This ever illegal? Psychotherapists have used this for this purpose.....ah I just checked wiki 1985 schedule I and despite the protests of scientists and researchers in 2001 penalties were increased 3000%.  I'm guessing someone lobbied congress, probably the  private prison industry.


----------



## CA MMJ

SubutexMan said:


> *I am so happy that people that need DRugs can get them through the VA. Its sooo crazy how for years and years they say that EX leaves holes in your brain but now there giving it to vets.. I highly doubt the wholes in your brain was ever true haha GO america*





I only heard that Thizz puts holes in your brain, not ecstasy. Which would make sense, considering its almost always laced with meth, coke, and H, and some other combination of god knows what


----------



## AfterGlow

What you heard was heresay.  There are no studies on "thizz" or on "ecstasy" since there is no absolute definition of what they really are.  Ecstasy is the name given to MDMA pills way back in the day before they started cutting pills.  These days is seems to mean any pill you buy from a dealer.  

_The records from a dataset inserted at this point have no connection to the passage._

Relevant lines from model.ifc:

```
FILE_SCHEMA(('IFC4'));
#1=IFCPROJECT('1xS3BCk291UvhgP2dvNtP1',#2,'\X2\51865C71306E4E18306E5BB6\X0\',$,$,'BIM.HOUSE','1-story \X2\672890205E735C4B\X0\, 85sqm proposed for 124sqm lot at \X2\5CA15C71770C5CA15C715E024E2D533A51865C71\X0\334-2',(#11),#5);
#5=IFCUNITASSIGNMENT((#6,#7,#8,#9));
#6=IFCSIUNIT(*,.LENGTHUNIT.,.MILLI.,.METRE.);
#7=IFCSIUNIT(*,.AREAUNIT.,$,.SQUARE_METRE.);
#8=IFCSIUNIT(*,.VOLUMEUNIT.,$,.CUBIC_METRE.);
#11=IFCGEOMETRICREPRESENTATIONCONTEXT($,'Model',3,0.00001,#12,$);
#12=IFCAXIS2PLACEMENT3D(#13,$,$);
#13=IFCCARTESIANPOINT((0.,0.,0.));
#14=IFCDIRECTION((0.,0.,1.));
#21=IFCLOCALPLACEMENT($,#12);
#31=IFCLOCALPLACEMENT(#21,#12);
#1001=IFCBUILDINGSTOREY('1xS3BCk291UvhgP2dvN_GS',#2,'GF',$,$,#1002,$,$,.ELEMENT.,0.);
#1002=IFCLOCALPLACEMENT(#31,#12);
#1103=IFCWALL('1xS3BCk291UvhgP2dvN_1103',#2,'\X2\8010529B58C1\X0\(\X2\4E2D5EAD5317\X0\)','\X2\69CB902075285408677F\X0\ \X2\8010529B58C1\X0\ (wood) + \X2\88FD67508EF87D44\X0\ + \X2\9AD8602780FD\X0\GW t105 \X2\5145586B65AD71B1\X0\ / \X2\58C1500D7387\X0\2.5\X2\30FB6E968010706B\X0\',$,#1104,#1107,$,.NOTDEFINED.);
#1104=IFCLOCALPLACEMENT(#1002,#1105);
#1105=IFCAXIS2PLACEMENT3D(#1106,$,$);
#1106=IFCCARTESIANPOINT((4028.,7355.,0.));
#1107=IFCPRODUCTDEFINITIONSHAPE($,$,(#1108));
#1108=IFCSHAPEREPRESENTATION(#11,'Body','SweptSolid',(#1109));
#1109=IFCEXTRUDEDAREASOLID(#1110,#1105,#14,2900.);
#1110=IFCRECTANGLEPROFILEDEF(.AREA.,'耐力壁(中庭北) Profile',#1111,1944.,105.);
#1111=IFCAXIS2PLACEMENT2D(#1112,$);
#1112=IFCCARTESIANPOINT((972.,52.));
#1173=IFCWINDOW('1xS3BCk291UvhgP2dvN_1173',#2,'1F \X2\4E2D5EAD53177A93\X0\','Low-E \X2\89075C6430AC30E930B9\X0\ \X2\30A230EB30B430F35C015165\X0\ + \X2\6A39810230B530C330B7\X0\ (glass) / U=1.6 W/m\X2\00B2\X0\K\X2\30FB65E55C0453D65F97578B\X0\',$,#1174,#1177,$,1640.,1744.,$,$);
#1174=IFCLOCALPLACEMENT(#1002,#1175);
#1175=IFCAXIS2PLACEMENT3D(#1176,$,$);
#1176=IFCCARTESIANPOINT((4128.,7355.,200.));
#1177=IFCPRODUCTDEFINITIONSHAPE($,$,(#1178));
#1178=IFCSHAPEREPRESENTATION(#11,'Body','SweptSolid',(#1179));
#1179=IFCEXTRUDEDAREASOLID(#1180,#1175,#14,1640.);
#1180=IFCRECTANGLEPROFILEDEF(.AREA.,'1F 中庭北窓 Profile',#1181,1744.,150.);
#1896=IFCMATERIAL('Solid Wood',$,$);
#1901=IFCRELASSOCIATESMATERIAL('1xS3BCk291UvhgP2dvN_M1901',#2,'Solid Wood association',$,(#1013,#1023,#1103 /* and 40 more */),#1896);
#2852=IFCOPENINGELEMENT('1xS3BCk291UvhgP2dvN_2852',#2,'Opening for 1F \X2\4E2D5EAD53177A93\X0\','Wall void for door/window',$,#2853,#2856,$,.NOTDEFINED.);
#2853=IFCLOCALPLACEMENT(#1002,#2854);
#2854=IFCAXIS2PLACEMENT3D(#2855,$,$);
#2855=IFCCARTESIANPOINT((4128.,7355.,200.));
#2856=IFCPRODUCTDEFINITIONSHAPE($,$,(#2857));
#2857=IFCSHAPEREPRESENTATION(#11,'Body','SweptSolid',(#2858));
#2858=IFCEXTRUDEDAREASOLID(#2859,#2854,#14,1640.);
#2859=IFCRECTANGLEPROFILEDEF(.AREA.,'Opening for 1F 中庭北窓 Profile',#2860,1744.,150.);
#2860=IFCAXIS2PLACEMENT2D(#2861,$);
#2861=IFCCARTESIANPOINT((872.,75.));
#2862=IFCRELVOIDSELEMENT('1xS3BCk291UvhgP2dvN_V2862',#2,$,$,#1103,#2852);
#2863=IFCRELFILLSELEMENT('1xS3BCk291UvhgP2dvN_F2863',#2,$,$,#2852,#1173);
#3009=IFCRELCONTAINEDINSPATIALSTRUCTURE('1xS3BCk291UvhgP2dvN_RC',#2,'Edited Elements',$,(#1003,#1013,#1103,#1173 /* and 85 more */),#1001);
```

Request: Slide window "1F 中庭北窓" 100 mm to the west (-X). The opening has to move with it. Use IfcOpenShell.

```python
import ifcopenshell
import ifcopenshell.api.geometry
import ifcopenshell.util.placement
import ifcopenshell.util.unit

model = ifcopenshell.open("model.ifc")
unit_scale = ifcopenshell.util.unit.calculate_unit_scale(model)

window = model.by_id(1173)
opening = window.FillsVoids[0].RelatingOpeningElement
wall = opening.VoidsElements[0].RelatingBuildingElement

wall_matrix = ifcopenshell.util.placement.get_local_placement(wall.ObjectPlacement)
shift = wall_matrix[:3, 0] * -0.1 / unit_scale
before = ifcopenshell.util.placement.get_local_placement(window.ObjectPlacement)[:3, 3].copy()

# The window is not placed relative to its opening, so move both.
for product in (opening, window):
    matrix = ifcopenshell.util.placement.get_local_placement(product.ObjectPlacement)
    matrix[:3, 3] += shift
    ifcopenshell.api.geometry.edit_object_placement(model, product=product, matrix=matrix, is_si=False)

after = ifcopenshell.util.placement.get_local_placement(window.ObjectPlacement)[:3, 3]
print("window moved by", (after - before).round(3) + 0.0)

model.write("model_updated.ifc")
```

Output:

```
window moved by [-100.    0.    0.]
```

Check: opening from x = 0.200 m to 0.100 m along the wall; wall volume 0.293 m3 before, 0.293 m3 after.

One study on MDMA that purported damage to neurons was later deemed flawed when they discovered they were actually administering methamphetamine and not MDMA.  The only holes were in the lab procedures.



CA MMJ said:


> I only heard that Thizz puts holes in your brain, not ecstasy. Which would make sense, considering its almost always laced with meth, coke, and H, and some other combination of god knows what


----------



## kailinu

There wouldn't be such a thing as war time PTSD if leaders of the world were given 120 mg MDMA two hours prior to any summit, foreign policy decision, enactment or (scheduled) war declaration.


----------



## firebrand

yeah... put it in the arabs water. for gods sake.


----------



## Dinkus123

HerrSchnaufer said:


> I agree with EVERYTHING you've said, other than the first sentence.
> 
> I quite simply don't believe that the psychological addiction some people experience with MDMA can be anything like the crippling physical (and psychological) addiction so many people experience with SSRIs and benzos.
> 
> edit: In my haste, I forgot to comment on the OP. Fantastic news, I think we can all be pretty confident that with an 83% positive outcome and the extensive safety profile of MDMA, the FDA will have a hard time holding this one back.
> 
> Sure, it's not the outright legislation which would be preferable, it might be stringently regulated, and it might be as difficult to get it as it was to get on the US federal weed program back when it existed, but it's all progress.
> 
> If it is found to work for soldiers, how long before rape victims start petitioning for their right to this medicine, then how long before anyone with PTSD that seriously inhibits their every day life starts petitioning.
> 
> Who knows, perhaps this could be the start of something big.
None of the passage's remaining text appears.